The fourth major point that I wanted to emphasize concerns the legal basis given to the King to organize the exchange of information between the centers, in order to limit the number of different families that can have children with gametes from the same donor or donor. This measure is very important for the future safety of children born, as it is necessary to avoid consanguinities ignored in future generations.
The fifth and fifteenth point is that which relates to the legal basis relating to the donation of ovocytes, which is a technique practiced for a long time, both at home and abroad, but which "stricto sensu" is not illegal today: it is a cell donation by surgery on a woman who does not need it for herself and who makes a gesture of solidarity with another woman, she is sterile, who cannot provide ovocyte for herself.
The only existing legal framework is that of the law of 13 June 1986 on organ harvesting and transplantation and regulating organ and tissue donation. This law explicitly excludes reproductive cells from its scope.
So this gap has been filled, which significantly improves the protection of ovocyte donors and doctors who practice these techniques, and which paves the way for a discussion on a suitable refund system. It is indeed not normal that these rare situations, indeed, in view of the general activity of medical assisted reproduction, but how important for those in need, are not covered by the social security, in the same title and at the same level as the other techniques currently reimbursed. This also allows me to answer a question asked by a speaker recently about these other techniques.
I recall that I have given the Medical Technical Commission a task to make proposals for me on the reimbursement of artificial insemination; I am waiting for them and they have been promised to me before the end of the legislature.

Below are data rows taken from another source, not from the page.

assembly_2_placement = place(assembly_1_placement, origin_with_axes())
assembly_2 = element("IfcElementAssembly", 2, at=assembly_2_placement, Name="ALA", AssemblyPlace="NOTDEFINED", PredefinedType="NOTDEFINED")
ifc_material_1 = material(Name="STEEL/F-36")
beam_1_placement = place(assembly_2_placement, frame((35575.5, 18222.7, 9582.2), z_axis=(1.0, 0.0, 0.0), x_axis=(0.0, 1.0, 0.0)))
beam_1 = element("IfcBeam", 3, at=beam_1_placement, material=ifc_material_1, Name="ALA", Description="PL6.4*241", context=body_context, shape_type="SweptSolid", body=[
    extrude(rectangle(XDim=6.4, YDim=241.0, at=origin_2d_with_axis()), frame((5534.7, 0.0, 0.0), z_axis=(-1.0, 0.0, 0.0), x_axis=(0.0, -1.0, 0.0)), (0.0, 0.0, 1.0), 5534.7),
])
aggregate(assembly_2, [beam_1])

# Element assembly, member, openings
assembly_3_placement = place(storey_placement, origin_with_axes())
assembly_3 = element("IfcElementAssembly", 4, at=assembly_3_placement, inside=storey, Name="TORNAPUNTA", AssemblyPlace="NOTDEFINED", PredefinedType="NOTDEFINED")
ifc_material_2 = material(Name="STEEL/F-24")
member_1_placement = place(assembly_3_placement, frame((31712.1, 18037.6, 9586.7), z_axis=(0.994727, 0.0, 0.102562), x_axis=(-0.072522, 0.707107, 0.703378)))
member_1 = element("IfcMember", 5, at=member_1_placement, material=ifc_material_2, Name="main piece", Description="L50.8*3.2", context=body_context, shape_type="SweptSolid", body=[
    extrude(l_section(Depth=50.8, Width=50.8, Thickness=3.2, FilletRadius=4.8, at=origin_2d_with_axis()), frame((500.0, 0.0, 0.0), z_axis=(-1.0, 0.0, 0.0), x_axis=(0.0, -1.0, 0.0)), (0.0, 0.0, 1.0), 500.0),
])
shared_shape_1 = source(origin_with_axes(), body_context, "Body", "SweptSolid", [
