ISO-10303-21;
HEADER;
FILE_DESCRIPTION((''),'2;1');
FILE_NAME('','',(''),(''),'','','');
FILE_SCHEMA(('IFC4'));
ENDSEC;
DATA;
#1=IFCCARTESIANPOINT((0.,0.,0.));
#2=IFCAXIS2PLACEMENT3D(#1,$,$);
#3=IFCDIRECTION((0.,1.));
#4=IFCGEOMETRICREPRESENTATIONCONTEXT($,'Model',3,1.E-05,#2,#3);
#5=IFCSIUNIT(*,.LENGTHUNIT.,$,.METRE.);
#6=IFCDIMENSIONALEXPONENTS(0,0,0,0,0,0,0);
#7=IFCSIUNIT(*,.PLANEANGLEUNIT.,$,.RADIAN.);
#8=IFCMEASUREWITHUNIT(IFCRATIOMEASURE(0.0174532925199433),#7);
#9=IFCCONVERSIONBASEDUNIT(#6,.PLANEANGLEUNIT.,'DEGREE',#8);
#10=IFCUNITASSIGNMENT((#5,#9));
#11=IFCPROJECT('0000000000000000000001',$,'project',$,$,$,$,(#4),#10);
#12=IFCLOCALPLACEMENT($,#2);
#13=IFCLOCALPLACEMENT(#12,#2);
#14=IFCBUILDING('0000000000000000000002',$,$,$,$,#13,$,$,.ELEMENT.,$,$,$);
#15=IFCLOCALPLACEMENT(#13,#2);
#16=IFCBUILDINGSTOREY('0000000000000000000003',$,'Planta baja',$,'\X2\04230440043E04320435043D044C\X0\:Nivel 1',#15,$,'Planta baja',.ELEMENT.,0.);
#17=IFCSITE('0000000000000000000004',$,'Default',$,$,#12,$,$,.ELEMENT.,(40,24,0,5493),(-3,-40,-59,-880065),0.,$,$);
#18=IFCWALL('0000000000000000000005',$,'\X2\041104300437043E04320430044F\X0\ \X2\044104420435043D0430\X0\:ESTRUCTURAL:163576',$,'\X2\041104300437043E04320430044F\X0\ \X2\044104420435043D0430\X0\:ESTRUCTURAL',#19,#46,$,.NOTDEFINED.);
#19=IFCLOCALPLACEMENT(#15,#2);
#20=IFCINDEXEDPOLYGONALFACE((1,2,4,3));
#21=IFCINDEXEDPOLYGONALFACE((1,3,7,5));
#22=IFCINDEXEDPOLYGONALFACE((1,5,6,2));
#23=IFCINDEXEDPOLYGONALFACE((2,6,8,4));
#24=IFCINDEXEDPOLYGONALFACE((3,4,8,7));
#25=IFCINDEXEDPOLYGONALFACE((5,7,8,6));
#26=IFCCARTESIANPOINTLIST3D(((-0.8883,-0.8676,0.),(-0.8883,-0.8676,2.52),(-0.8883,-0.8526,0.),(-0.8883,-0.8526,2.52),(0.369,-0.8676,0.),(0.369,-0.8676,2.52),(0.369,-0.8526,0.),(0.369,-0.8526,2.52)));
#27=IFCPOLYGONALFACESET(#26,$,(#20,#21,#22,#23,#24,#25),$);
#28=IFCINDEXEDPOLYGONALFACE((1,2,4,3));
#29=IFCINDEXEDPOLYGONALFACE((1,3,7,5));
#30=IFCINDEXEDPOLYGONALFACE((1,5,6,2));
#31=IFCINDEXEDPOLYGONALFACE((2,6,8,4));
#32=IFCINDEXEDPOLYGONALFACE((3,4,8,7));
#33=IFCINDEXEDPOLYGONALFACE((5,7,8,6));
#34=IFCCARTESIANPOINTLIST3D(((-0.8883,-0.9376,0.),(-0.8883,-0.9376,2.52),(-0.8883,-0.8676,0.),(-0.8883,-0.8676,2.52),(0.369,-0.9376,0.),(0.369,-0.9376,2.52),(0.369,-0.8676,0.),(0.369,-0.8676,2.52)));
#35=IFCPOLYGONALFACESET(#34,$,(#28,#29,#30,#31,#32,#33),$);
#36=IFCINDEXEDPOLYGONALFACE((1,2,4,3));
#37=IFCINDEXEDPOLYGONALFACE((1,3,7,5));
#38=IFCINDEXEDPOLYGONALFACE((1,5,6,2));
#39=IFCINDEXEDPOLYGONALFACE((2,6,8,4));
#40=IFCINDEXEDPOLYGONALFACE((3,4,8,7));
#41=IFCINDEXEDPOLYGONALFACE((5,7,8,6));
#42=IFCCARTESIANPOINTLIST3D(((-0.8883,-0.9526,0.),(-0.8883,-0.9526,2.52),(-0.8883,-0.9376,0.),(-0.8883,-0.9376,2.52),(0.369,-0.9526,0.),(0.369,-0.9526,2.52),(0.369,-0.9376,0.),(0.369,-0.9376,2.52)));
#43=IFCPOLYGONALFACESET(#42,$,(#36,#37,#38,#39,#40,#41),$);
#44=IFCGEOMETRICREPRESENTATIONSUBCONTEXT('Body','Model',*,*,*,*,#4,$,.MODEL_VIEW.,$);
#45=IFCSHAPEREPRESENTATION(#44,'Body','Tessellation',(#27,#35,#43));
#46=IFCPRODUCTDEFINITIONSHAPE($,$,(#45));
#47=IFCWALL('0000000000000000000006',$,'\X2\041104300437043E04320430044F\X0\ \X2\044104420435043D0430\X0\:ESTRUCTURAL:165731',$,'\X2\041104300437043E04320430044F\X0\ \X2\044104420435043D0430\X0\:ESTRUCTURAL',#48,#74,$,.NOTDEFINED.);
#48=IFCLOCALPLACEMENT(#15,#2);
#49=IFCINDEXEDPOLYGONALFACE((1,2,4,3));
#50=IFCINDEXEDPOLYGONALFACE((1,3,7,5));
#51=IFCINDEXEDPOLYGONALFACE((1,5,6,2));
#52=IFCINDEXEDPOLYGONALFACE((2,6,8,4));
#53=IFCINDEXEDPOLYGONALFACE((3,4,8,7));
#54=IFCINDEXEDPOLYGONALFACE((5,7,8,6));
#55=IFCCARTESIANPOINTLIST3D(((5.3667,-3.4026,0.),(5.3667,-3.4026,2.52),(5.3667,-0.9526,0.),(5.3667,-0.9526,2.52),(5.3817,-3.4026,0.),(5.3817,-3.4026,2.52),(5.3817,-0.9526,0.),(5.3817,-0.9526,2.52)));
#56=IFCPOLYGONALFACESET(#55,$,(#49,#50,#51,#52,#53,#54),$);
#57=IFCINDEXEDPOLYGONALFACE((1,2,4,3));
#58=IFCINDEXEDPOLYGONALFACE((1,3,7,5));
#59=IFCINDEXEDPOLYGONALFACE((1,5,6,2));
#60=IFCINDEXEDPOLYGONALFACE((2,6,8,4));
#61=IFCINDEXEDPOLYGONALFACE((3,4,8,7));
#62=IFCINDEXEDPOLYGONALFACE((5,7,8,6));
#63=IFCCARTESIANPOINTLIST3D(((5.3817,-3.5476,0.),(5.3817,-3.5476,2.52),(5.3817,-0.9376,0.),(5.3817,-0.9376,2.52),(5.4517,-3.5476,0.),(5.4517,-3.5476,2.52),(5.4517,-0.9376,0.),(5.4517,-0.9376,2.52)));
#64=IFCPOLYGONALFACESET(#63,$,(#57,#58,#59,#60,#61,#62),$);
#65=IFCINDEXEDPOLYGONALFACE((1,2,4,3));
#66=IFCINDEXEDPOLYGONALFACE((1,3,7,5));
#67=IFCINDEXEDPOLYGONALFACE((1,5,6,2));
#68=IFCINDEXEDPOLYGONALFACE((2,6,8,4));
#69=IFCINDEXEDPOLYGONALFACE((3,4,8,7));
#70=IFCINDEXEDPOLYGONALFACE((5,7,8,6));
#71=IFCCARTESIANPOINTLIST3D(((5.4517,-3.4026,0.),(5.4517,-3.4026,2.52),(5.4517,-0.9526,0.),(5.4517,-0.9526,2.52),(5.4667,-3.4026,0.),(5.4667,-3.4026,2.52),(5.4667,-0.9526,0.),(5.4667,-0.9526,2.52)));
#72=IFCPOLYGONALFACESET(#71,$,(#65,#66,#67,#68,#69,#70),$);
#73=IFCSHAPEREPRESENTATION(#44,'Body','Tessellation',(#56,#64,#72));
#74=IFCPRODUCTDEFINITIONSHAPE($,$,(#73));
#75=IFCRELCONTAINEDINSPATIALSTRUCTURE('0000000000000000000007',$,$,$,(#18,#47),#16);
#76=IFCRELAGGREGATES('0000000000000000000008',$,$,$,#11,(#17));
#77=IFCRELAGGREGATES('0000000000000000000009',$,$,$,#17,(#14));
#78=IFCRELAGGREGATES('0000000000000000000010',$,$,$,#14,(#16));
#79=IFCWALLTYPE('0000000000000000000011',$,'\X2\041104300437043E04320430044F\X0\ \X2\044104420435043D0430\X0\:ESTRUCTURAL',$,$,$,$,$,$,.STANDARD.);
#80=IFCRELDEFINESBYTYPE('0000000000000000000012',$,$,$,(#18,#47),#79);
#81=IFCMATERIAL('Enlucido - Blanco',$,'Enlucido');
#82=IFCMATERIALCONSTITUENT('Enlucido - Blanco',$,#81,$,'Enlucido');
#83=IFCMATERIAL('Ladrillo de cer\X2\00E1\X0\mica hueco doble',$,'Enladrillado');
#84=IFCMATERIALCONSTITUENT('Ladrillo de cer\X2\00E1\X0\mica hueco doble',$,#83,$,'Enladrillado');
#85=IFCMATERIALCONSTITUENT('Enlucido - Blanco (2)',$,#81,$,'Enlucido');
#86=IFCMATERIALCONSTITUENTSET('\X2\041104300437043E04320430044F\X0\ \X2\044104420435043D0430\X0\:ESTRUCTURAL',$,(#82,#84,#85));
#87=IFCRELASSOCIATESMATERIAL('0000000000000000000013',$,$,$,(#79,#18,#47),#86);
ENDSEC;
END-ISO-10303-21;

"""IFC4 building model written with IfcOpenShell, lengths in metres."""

from ifc_helpers import new_model, entity, si_unit, converted_unit, direction, frame, origin, place, context, subcontext, project, spatial, indexed_curve, outline, extrude, material, constituent, constituent_set, type_object, element, save


model = new_model("IFC4")

# Units and contexts
model_context = context("Model", 3, precision=1e-05, world=origin(), true_north=direction((0.0, 1.0)))
body_context = subcontext(model_context, "Body", "Model", "MODEL_VIEW")
ifc_project = project(units=[si_unit("LENGTHUNIT", "METRE"), converted_unit("PLANEANGLEUNIT", "DEGREE", entity("IfcRatioMeasure", 0.0174532925199433), si_unit("PLANEANGLEUNIT", "RADIAN"), dimensions=[0, 0, 0, 0, 0, 0, 0])], contexts=[model_context])

# Site, building, storey
site_placement = place(None, origin())
site = spatial("IfcSite", under=ifc_project, at=site_placement, Name="Default", CompositionType="ELEMENT", RefLatitude=(40, 24, 0, 5493), RefLongitude=(-3, -40, -59, -880065), RefElevation=0.0)
building_placement = place(site_placement, origin())
building = spatial("IfcBuilding", under=site, at=building_placement, CompositionType="ELEMENT")
storey_placement = place(building_placement, origin())
storey = spatial("IfcBuildingStorey", under=building, at=storey_placement, Name="Planta baja", ObjectType="Уровень:Nivel 1", LongName="Planta baja", CompositionType="ELEMENT", Elevation=0.0)

# Shared definitions
ifc_material_1 = material(Name="Enlucido - Blanco", Category="Enlucido")

# Shared definitions
ifc_material_2 = material(Name="Ladrillo de cerámica hueco doble", Category="Enladrillado")

# Wall
ifc_constituent_1 = constituent(ifc_material_1, Name="Enlucido - Blanco", Category="Enlucido")
ifc_constituent_2 = constituent(ifc_material_2, Name="Ladrillo de cerámica hueco doble", Category="Enladrillado")
ifc_constituent_3 = constituent(ifc_material_1, Name="Enlucido - Blanco (2)", Category="Enlucido")
ifc_constituent_set_1 = constituent_set(constituents=[ifc_constituent_1, ifc_constituent_2, ifc_constituent_3], Name="Базовая стена:ESTRUCTURAL")
wall_type_1 = type_object("IfcWallType", Name="Базовая стена:ESTRUCTURAL", PredefinedType="STANDARD", material=ifc_constituent_set_1)
wall_1_placement = place(storey_placement, frame((-0.8883, -0.9026, 0.0)))
element("IfcWall", 1, at=wall_1_placement, inside=storey, type_object=wall_type_1, material=ifc_constituent_set_1, Name="Базовая стена:ESTRUCTURAL:163576", ObjectType="Базовая стена:ESTRUCTURAL", PredefinedType="NOTDEFINED", context=body_context, shape_type="SweptSolid", body=[
    extrude(outline(indexed_curve([(-0.0075, -0.6287), (0.0075, -0.6287), (0.0075, 0.6287), (-0.0075, 0.6287), (-0.0075, -0.6287)], self_intersect=False)), frame((0.6287, 0.0425, 0.0), z_axis=(0.0, 0.0, 1.0), x_axis=(0.0, -1.0, 0.0)), (0.0, 0.0, 1.0), 2.52),
    extrude(outline(indexed_curve([(-0.6287, -0.035), (0.6287, -0.035), (0.6287, 0.035), (-0.6287, 0.035), (-0.6287, -0.035)], self_intersect=False)), frame((0.6287, 0.0, 0.0)), (0.0, 0.0, 1.0), 2.52),
    extrude(outline(indexed_curve([(-0.0075, -0.6287), (0.0075, -0.6287), (0.0075, 0.6287), (-0.0075, 0.6287), (-0.0075, -0.6287)], self_intersect=False)), frame((0.6287, -0.0425, 0.0), z_axis=(0.0, 0.0, 1.0), x_axis=(0.0, 1.0, 0.0)), (0.0, 0.0, 1.0), 2.52),
])

# Wall
wall_2_placement = place(storey_placement, frame((5.4167, -3.4026, 0.0), z_axis=(0.0, 0.0, 1.0), x_axis=(0.0, 1.0, 0.0)))
element("IfcWall", 2, at=wall_2_placement, inside=storey, type_object=wall_type_1, material=ifc_constituent_set_1, Name="Базовая стена:ESTRUCTURAL:165731", ObjectType="Базовая стена:ESTRUCTURAL", PredefinedType="NOTDEFINED", context=body_context, shape_type="SweptSolid", body=[
    extrude(outline(indexed_curve([(-0.0075, -1.225), (0.0075, -1.225), (0.0075, 1.225), (-0.0075, 1.225), (-0.0075, -1.225)], self_intersect=False)), frame((1.225, 0.0425, 0.0), z_axis=(0.0, 0.0, 1.0), x_axis=(0.0, -1.0, 0.0)), (0.0, 0.0, 1.0), 2.52),
    extrude(outline(indexed_curve([(-1.305, -0.035), (1.305, -0.035), (1.305, 0.035), (-1.305, 0.035), (-1.305, -0.035)], self_intersect=False)), frame((1.16, 0.0, 0.0)), (0.0, 0.0, 1.0), 2.52),
    extrude(outline(indexed_curve([(-0.0075, -1.225), (0.0075, -1.225), (0.0075, 1.225), (-0.0075, 1.225), (-0.0075, -1.225)], self_intersect=False)), frame((1.225, -0.0425, 0.0), z_axis=(0.0, 0.0, 1.0), x_axis=(0.0, 1.0, 0.0)), (0.0, 0.0, 1.0), 2.52),
])

save(model, "model.ifc")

The sixth and foremost point concerns the determination of a legal framework for the practice of pre-implantable genetic diagnostics, closely linking it to the Centre of Genetics, which in our country has the expertise and genetic advice indispensable for the management of patients and the authorization to practice these laboratory techniques necessary to carry out the genetic tests themselves.
The extensive debate in the Senate has helped to refine the text and avoid inconsistencies, but the primary meaning of the text has not changed: on the one hand, defining a broad and tolerant framework for patients by fixing some essential and clear tags for practitioners who are happy to complement existing texts and, on the other hand, defining procedural rules aimed at transparency and proper information of persons seeking reproductive assistance.

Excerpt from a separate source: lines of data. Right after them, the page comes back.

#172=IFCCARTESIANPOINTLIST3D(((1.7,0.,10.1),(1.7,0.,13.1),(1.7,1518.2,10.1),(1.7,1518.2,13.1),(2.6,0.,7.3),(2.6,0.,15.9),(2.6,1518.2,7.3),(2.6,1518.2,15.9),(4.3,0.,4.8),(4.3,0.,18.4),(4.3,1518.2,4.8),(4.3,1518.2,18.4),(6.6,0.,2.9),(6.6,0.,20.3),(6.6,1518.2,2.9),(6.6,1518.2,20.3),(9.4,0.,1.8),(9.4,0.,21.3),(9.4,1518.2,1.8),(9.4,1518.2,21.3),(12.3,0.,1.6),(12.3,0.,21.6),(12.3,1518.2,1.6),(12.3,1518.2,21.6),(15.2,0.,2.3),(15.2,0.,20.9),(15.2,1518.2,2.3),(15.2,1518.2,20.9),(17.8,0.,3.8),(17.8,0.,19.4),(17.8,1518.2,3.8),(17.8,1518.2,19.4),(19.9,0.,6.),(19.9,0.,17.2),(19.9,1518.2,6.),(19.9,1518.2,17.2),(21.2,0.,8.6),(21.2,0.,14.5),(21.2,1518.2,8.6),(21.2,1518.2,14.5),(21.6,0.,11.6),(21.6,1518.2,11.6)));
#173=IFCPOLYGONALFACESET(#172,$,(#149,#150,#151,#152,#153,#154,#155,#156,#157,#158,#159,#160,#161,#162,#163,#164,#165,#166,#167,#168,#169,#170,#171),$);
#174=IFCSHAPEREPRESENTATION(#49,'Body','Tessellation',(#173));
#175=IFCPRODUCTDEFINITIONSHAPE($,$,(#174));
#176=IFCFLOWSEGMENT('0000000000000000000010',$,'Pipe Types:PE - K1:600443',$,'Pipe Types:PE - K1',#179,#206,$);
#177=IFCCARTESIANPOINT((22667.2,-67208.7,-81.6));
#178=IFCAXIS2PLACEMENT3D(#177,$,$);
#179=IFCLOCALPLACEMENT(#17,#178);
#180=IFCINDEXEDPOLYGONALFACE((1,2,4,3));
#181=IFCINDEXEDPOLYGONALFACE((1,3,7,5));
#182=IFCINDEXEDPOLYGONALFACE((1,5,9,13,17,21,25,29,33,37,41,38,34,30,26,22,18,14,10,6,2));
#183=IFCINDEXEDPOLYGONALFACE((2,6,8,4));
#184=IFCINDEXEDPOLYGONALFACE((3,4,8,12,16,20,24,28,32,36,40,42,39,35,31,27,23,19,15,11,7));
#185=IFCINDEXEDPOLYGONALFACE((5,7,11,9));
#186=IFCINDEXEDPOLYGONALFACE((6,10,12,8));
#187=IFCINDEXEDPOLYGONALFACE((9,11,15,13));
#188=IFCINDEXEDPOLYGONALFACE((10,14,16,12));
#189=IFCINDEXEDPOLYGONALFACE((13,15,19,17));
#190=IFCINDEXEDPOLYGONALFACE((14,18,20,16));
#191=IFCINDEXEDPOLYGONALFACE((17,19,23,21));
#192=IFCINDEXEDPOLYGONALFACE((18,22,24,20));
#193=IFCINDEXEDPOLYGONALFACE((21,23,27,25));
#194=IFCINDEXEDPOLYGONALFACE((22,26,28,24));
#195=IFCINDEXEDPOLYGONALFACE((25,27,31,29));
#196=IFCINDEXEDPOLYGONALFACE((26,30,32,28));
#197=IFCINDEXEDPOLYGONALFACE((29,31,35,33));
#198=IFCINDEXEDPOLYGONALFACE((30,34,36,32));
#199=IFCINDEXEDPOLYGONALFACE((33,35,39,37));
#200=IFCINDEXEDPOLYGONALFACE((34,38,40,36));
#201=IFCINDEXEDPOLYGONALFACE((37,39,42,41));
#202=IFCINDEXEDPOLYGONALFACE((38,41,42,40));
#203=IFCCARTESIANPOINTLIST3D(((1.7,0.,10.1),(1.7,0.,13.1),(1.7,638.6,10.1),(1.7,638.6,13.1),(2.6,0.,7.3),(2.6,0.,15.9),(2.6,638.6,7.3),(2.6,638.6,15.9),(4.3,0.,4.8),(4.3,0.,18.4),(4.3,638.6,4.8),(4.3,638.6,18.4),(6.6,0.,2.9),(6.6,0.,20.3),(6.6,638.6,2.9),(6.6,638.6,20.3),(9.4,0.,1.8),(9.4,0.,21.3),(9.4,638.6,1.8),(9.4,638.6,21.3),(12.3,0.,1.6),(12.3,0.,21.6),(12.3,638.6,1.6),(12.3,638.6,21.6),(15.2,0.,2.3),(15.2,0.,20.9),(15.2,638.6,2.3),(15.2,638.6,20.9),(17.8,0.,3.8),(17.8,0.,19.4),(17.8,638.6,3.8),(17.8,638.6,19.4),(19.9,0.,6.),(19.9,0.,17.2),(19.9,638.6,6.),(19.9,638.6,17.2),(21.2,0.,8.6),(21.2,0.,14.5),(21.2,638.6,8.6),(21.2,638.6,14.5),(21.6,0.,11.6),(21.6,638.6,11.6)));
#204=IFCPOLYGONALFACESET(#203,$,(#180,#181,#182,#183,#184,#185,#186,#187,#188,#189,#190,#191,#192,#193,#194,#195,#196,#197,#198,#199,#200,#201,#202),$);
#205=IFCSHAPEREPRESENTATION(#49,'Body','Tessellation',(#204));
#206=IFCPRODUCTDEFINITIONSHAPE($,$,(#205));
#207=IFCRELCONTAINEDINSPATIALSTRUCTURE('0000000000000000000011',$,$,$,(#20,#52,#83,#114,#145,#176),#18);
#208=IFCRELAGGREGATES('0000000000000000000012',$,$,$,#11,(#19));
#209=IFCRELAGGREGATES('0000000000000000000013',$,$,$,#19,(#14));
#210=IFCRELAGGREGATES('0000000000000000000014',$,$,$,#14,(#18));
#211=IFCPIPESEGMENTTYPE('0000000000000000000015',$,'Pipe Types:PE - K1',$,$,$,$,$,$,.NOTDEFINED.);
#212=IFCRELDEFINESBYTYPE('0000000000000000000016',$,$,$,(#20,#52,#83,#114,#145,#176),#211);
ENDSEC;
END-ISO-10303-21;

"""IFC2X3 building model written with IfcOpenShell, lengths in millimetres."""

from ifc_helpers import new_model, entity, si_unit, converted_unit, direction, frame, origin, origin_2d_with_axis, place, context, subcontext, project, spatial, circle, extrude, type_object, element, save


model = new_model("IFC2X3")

The text therefore fills gaps, little apparent but important, as you have seen, in our law. It improves the safety of these techniques for the greatest benefit of these children who will thus be able to come into the world, their parents later and, finally, health professionals who practice these techniques of medically assisted reproduction.

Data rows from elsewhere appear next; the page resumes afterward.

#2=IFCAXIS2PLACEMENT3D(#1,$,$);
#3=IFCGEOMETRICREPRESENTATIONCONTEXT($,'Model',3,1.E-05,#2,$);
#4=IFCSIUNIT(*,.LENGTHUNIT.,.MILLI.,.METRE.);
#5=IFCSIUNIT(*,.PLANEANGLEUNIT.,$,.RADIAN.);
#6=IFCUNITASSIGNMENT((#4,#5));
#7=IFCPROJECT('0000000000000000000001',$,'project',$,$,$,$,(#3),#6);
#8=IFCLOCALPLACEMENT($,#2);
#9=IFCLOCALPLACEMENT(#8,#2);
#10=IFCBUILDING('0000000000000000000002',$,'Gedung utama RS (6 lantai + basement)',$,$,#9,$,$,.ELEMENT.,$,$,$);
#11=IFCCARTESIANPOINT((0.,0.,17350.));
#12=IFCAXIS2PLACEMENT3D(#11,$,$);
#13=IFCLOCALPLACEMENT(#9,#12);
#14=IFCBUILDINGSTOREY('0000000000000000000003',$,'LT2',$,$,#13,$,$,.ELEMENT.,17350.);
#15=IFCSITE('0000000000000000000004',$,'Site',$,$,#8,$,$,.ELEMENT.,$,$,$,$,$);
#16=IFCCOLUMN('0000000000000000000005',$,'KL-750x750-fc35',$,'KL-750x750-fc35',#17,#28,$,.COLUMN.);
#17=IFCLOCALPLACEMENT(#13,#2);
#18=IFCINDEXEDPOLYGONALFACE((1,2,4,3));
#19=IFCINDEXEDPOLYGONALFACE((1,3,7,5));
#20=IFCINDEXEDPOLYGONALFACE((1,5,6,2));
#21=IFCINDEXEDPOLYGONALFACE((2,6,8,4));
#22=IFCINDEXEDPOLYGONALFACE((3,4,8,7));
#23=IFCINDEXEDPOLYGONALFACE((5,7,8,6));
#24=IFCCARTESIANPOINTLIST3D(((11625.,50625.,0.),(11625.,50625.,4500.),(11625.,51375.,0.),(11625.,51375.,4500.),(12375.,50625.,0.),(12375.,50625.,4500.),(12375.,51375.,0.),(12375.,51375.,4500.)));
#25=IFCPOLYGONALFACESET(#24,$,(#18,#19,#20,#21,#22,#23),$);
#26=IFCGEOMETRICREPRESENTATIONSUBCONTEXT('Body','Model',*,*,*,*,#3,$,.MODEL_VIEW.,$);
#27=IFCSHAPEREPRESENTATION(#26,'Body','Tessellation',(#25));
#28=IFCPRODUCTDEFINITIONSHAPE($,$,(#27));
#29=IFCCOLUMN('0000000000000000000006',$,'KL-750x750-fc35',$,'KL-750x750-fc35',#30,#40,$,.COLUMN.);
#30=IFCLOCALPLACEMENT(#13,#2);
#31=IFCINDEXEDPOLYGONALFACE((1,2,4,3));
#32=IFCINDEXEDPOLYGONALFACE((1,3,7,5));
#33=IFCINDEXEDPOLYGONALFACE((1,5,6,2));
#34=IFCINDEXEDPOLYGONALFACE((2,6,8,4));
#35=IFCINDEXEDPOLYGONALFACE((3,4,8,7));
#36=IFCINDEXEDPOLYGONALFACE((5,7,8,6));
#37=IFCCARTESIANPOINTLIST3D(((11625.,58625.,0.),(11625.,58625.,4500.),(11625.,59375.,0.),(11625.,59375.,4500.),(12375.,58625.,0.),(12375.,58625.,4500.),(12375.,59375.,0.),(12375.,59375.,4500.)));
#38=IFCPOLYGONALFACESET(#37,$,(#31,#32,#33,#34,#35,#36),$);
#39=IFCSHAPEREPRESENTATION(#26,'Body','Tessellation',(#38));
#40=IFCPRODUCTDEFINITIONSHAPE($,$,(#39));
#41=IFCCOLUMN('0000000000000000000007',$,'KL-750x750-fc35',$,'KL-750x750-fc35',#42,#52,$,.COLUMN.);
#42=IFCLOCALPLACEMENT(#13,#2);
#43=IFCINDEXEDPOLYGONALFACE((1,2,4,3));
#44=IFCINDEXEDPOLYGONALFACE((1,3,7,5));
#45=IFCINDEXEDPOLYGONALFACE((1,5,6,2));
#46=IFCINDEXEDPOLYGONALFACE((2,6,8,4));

As you can see, it is a very comprehensive bill that is presented to you today, as illustrated by the text itself, structured in 8 titles and 75 articles, which reflects the ambition of the text and the complexity in the matter.
I would also like to quote you Flaubert that I find to be an author who, in this case, has a relevance in the words that I give you to know. He said, “The future torments us, the past holds us back, and this is often why the present escapes us.”
I think it is necessary, at some point, to demonstrate boldness and, if it is true that a certain number of techniques have emerged in our society, it is good that the legislator gives them a framework for them to express themselves in their full freedom, guaranteeing to the individual and to the society its letters of nobility.